● Exercise objective
Look for the word "IFCMEASUREWITHUNIT" in the material below, then report each line where it occurs.

----

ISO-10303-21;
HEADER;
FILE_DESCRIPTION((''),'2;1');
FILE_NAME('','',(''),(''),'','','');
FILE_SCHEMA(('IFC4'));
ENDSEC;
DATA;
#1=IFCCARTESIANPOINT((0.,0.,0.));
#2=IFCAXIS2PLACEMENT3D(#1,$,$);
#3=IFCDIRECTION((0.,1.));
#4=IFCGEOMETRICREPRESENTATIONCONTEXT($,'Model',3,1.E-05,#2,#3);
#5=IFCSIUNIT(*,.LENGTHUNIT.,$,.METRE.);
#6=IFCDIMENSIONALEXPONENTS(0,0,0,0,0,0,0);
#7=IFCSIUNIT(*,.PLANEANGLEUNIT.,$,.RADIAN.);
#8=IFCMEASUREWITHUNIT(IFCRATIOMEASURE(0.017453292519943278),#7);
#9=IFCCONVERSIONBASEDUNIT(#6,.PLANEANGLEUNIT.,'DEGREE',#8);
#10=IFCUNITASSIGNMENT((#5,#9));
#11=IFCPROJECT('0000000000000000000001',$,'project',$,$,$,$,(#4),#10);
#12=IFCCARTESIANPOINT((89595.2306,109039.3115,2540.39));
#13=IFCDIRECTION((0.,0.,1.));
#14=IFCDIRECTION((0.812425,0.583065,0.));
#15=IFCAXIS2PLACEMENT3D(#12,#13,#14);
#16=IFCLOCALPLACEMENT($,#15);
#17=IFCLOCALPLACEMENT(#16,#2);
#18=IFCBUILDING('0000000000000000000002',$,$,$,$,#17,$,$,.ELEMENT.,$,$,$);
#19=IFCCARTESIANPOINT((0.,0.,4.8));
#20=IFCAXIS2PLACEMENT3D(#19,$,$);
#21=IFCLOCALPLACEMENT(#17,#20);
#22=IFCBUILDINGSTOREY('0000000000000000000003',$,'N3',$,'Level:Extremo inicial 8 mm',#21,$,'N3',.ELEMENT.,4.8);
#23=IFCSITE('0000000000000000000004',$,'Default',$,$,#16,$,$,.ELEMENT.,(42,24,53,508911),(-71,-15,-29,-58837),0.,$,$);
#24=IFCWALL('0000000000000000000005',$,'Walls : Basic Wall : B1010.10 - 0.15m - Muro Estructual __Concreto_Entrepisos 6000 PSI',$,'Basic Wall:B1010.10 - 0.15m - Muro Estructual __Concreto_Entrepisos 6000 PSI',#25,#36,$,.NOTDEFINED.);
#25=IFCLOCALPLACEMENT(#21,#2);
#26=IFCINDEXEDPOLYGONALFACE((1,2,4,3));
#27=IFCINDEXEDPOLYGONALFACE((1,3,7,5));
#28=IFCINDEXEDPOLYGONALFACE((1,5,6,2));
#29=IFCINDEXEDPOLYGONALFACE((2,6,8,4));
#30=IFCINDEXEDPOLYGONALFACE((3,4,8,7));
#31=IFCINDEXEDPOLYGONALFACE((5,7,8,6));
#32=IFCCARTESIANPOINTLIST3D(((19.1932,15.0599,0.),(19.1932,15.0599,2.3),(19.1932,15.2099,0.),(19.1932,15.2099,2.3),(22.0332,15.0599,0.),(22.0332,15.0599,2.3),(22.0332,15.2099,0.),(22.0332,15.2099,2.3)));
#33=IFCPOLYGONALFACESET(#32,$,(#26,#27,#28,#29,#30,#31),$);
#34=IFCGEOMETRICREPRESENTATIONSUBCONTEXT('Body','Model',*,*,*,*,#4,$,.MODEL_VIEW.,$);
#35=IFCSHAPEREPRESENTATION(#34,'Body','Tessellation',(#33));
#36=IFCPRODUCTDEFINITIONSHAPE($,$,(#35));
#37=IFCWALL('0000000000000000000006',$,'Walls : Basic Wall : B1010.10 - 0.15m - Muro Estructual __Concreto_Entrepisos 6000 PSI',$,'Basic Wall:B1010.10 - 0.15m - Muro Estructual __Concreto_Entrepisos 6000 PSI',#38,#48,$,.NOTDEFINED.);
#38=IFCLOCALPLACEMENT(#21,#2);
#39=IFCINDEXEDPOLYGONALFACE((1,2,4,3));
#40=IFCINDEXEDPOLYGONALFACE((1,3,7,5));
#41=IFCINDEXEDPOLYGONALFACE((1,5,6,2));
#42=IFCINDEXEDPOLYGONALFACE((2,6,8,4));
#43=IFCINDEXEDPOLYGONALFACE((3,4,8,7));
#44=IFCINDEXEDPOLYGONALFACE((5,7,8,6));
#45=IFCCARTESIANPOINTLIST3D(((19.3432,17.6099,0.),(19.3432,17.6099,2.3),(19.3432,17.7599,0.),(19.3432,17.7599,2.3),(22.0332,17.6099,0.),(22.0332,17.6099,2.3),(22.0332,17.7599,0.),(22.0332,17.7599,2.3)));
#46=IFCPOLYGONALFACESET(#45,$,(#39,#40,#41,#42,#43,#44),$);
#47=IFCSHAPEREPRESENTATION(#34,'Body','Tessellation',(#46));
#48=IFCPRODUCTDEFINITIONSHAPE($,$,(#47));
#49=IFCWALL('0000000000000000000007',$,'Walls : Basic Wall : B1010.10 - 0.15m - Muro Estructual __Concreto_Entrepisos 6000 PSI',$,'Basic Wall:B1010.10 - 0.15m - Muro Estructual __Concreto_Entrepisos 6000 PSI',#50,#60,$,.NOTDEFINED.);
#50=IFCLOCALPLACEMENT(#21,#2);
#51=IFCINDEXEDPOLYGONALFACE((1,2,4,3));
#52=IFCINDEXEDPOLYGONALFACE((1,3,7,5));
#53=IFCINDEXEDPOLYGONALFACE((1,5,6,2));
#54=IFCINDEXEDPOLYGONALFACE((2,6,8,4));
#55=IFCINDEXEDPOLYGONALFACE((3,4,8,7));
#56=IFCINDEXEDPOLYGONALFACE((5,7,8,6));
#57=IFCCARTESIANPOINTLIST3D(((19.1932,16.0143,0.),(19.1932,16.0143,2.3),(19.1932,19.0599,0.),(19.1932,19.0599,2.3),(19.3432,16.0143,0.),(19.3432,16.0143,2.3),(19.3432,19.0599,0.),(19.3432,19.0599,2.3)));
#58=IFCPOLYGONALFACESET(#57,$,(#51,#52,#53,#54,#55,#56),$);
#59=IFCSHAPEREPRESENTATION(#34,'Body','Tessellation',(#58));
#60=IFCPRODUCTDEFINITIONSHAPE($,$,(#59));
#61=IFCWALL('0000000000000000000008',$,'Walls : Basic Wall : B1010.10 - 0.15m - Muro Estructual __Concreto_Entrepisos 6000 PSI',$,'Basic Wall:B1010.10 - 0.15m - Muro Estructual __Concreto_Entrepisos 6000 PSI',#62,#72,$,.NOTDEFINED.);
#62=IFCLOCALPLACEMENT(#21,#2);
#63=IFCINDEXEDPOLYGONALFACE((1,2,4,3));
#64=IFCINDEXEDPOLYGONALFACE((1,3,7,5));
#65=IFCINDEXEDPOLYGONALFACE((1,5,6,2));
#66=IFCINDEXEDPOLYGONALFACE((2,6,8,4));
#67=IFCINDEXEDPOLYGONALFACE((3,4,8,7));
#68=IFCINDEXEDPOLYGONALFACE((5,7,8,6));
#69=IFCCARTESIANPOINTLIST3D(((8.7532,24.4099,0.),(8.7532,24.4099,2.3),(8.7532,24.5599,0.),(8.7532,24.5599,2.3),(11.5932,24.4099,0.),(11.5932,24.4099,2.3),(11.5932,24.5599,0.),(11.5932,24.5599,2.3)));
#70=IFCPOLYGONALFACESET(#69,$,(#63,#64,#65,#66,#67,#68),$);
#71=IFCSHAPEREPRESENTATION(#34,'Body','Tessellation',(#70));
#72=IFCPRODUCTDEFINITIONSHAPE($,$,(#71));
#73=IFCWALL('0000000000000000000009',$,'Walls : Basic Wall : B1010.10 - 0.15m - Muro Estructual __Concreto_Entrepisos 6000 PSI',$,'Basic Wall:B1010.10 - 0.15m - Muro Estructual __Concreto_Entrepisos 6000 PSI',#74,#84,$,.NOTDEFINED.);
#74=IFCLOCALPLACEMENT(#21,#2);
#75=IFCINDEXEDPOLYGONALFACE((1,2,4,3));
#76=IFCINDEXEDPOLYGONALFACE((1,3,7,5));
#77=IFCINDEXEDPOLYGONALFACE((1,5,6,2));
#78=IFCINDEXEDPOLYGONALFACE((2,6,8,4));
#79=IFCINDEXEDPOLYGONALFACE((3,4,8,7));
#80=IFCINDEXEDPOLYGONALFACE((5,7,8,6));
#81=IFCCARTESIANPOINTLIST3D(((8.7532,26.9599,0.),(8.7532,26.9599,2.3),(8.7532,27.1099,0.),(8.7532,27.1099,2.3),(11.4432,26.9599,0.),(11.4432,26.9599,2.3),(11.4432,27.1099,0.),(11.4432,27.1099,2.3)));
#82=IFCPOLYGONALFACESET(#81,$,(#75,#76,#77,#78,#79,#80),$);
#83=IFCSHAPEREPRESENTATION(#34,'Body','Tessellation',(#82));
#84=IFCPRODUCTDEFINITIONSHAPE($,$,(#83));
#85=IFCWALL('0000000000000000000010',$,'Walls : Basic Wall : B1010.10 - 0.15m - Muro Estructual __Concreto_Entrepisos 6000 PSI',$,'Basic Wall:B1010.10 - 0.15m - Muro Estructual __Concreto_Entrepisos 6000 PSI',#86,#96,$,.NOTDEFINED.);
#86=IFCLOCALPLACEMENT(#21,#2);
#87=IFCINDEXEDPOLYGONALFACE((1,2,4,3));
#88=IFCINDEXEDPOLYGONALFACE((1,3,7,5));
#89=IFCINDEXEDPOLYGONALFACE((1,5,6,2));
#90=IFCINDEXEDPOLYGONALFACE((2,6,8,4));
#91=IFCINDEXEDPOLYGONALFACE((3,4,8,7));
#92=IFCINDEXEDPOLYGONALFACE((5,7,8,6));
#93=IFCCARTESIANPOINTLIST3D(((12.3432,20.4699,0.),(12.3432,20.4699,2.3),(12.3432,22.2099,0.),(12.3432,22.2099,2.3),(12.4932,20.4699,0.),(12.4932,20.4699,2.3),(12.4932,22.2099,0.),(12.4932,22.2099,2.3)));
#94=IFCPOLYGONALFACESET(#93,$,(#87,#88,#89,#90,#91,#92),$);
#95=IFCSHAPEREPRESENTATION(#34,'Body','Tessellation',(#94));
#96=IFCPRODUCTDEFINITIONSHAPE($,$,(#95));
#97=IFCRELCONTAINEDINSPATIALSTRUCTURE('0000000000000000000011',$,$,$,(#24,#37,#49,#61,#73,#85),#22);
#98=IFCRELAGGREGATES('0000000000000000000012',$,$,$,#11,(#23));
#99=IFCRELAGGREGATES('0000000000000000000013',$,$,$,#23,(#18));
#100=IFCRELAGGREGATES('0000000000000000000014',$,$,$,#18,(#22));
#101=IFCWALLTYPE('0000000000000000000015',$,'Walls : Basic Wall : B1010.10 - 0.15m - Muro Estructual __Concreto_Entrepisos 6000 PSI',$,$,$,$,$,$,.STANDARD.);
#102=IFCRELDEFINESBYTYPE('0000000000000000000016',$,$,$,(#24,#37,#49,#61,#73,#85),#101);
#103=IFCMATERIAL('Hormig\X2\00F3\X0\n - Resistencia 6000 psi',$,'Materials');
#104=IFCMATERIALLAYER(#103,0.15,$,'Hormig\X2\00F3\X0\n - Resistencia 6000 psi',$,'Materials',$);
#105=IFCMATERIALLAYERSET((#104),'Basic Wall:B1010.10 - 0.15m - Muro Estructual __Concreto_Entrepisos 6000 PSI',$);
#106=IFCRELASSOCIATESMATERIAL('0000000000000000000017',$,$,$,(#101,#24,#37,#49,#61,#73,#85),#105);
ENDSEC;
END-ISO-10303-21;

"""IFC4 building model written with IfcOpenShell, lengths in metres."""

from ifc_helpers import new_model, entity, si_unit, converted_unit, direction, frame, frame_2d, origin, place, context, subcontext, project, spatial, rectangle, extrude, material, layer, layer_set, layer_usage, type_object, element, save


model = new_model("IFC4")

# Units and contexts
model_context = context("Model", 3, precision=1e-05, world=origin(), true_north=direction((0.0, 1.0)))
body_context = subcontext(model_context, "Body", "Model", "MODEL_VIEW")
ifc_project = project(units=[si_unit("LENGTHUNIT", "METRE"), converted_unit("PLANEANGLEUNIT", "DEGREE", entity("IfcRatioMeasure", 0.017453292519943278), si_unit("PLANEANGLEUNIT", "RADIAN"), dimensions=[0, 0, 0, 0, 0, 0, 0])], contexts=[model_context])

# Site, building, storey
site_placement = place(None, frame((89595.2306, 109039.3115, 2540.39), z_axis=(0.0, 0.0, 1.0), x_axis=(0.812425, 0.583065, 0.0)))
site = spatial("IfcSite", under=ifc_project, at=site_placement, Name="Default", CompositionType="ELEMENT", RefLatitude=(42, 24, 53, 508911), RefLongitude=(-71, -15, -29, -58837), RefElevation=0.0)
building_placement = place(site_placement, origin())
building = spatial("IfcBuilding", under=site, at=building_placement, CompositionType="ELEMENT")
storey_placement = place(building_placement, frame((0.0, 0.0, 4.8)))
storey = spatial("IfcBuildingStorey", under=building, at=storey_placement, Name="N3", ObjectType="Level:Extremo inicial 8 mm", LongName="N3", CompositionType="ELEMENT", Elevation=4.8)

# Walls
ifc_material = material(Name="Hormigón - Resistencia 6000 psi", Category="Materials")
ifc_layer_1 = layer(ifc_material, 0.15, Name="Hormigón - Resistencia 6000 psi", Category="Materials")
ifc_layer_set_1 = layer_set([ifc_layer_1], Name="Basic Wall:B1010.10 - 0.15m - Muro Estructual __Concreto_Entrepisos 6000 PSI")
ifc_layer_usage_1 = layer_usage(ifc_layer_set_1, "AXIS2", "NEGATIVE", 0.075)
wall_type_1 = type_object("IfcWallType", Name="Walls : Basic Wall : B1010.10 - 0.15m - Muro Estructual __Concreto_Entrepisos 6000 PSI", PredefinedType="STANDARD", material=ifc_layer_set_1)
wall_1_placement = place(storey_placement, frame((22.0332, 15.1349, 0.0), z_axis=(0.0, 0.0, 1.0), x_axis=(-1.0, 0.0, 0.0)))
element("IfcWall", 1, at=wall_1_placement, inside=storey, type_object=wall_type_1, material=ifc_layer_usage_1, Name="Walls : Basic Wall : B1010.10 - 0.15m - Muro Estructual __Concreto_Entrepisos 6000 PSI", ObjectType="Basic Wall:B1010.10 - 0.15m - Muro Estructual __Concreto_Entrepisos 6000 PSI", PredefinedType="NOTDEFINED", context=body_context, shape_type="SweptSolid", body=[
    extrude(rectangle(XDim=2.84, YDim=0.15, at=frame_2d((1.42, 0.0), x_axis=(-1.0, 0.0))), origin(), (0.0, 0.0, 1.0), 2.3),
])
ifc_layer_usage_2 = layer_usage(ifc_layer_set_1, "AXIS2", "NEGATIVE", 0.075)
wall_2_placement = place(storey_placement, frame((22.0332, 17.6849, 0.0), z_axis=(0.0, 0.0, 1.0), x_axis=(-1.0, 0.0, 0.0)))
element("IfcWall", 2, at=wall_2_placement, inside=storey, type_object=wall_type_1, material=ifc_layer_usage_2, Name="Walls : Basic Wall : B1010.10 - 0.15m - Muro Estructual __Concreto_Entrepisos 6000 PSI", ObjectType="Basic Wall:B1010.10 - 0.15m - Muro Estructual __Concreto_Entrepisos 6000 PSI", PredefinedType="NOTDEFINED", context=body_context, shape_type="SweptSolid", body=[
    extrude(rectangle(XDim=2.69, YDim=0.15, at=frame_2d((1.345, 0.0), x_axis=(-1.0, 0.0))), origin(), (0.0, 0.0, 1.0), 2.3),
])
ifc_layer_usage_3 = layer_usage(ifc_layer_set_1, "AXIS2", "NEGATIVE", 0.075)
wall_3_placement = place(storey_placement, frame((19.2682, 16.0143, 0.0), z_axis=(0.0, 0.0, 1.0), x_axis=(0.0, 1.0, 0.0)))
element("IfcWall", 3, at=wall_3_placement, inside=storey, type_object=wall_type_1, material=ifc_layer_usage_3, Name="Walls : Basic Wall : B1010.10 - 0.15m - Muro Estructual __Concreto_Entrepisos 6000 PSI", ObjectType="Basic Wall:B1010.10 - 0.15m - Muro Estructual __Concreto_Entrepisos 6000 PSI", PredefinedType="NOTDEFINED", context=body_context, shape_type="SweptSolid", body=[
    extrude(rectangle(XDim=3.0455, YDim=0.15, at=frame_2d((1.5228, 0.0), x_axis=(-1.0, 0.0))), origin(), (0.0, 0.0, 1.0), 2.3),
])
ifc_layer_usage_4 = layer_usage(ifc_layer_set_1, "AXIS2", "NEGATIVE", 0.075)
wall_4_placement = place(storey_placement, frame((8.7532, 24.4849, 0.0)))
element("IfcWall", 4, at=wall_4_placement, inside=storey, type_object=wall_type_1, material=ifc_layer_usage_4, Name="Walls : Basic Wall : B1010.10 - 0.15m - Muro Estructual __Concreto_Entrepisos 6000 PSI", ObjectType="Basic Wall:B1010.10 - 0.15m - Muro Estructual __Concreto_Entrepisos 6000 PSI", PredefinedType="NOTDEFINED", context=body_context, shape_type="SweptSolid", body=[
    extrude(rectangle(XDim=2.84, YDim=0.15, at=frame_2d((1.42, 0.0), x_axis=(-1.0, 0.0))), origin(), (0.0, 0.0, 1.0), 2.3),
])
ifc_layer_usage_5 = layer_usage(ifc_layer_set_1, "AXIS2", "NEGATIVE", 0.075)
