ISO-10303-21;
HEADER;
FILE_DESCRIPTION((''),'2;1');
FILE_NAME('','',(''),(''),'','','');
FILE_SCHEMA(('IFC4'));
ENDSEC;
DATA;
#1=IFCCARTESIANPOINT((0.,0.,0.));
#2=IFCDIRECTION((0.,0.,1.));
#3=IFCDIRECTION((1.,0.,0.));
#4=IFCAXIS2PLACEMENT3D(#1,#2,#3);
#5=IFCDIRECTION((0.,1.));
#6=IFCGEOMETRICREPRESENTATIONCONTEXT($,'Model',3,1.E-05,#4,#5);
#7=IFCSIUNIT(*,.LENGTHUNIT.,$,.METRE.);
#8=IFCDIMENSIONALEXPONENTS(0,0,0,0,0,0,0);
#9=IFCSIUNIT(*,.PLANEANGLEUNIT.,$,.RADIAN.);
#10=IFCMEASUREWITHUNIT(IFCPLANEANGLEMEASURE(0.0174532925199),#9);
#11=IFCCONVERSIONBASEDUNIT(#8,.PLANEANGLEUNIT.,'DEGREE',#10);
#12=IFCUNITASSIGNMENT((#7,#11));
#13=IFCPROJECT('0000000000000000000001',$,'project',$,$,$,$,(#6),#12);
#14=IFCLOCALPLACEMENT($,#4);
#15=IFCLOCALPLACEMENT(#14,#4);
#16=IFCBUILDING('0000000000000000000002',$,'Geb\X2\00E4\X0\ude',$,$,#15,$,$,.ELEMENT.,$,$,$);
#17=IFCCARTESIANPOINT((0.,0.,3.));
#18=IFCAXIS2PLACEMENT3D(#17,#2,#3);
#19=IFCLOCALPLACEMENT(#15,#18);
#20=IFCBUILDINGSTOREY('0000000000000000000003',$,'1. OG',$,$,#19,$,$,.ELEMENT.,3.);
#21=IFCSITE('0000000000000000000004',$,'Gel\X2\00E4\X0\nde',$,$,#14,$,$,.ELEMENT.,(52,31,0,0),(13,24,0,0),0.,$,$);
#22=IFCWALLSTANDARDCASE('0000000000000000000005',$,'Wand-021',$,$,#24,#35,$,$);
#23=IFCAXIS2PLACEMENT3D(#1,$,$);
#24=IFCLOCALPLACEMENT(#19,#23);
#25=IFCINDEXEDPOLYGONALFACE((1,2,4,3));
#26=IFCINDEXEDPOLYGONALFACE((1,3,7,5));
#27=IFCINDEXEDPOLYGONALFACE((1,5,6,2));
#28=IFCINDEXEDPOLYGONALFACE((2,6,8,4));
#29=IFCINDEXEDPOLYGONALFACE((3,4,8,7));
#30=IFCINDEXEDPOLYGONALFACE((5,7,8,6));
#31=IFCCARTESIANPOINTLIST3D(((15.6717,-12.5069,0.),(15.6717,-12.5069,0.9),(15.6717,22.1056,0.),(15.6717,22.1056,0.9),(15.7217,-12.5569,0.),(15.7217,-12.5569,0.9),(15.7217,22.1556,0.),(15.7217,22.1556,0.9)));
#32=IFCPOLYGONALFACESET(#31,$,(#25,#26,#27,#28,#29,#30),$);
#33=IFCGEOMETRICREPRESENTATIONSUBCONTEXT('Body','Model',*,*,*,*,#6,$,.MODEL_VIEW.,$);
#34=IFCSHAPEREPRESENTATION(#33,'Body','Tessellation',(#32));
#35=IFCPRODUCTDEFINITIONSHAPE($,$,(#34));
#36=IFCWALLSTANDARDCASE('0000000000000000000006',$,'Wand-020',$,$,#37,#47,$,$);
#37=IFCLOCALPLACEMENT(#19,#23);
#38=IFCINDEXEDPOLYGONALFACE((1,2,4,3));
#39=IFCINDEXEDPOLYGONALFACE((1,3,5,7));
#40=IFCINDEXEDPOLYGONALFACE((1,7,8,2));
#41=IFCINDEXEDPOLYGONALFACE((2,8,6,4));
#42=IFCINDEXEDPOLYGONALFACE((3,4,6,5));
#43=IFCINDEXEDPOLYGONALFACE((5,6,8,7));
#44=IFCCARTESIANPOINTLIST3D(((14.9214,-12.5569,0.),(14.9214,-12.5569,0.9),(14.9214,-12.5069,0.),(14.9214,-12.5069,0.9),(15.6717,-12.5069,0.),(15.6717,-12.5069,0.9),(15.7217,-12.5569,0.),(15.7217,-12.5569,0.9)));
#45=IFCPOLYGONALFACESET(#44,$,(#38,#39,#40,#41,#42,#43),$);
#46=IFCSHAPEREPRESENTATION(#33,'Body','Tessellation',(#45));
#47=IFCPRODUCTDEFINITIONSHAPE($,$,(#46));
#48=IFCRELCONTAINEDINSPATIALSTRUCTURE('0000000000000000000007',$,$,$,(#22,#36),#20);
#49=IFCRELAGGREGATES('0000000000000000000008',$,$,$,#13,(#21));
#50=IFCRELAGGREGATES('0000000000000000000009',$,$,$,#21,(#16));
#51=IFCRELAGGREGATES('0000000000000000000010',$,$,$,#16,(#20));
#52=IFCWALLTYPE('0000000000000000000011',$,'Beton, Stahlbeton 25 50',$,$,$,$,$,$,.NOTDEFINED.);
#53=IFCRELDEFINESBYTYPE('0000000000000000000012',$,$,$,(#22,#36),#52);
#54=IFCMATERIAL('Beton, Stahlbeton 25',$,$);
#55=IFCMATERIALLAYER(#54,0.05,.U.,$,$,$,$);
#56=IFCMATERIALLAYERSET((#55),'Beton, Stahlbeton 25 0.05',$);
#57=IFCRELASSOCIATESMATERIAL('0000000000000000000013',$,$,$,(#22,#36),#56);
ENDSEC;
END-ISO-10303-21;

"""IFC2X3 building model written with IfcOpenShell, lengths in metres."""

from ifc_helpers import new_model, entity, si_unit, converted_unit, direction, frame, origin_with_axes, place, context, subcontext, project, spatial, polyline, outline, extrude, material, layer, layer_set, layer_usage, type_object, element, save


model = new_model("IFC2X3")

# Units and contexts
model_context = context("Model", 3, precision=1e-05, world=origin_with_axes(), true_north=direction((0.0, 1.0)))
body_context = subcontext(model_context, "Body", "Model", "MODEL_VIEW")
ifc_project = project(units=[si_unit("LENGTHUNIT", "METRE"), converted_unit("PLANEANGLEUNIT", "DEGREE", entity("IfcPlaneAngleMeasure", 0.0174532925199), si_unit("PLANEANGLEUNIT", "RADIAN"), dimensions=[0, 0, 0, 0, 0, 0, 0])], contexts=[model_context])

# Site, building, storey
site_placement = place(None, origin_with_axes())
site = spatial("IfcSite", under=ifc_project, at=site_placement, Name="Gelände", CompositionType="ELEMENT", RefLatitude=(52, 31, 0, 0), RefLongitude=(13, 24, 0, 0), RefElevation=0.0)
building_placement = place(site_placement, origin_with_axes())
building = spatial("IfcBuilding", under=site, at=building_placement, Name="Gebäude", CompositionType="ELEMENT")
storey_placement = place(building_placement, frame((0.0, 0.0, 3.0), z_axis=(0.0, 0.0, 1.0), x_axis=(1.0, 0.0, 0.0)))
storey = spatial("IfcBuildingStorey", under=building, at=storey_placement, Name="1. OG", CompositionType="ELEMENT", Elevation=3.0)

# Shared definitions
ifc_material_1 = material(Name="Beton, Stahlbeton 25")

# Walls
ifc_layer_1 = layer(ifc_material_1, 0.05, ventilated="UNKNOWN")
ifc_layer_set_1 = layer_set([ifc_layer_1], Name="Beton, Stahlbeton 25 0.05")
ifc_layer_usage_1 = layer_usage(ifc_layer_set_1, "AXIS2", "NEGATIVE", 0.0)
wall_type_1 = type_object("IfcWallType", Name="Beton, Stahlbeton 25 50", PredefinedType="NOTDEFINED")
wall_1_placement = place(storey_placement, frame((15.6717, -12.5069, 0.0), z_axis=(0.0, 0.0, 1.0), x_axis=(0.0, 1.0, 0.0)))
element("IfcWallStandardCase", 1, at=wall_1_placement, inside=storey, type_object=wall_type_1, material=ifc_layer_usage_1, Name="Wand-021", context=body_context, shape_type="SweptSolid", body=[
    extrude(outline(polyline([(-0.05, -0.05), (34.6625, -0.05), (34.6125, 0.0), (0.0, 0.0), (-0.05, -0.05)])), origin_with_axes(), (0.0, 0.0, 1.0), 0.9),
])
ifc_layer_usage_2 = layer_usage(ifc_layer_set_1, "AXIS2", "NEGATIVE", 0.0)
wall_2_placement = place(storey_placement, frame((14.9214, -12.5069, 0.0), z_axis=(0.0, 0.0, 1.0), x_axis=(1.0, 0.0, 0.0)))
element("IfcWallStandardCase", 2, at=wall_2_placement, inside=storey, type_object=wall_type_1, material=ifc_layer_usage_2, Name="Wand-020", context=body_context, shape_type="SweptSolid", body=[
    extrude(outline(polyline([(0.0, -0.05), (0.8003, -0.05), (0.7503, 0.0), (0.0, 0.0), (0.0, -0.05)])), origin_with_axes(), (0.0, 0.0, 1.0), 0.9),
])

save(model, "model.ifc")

----

● Answer to the exercise
#8=IFCMEASUREWITHUNIT(IFCRATIOMEASURE(0.017453292519943278),#7);
#10=IFCMEASUREWITHUNIT(IFCPLANEANGLEMEASURE(0.0174532925199),#9);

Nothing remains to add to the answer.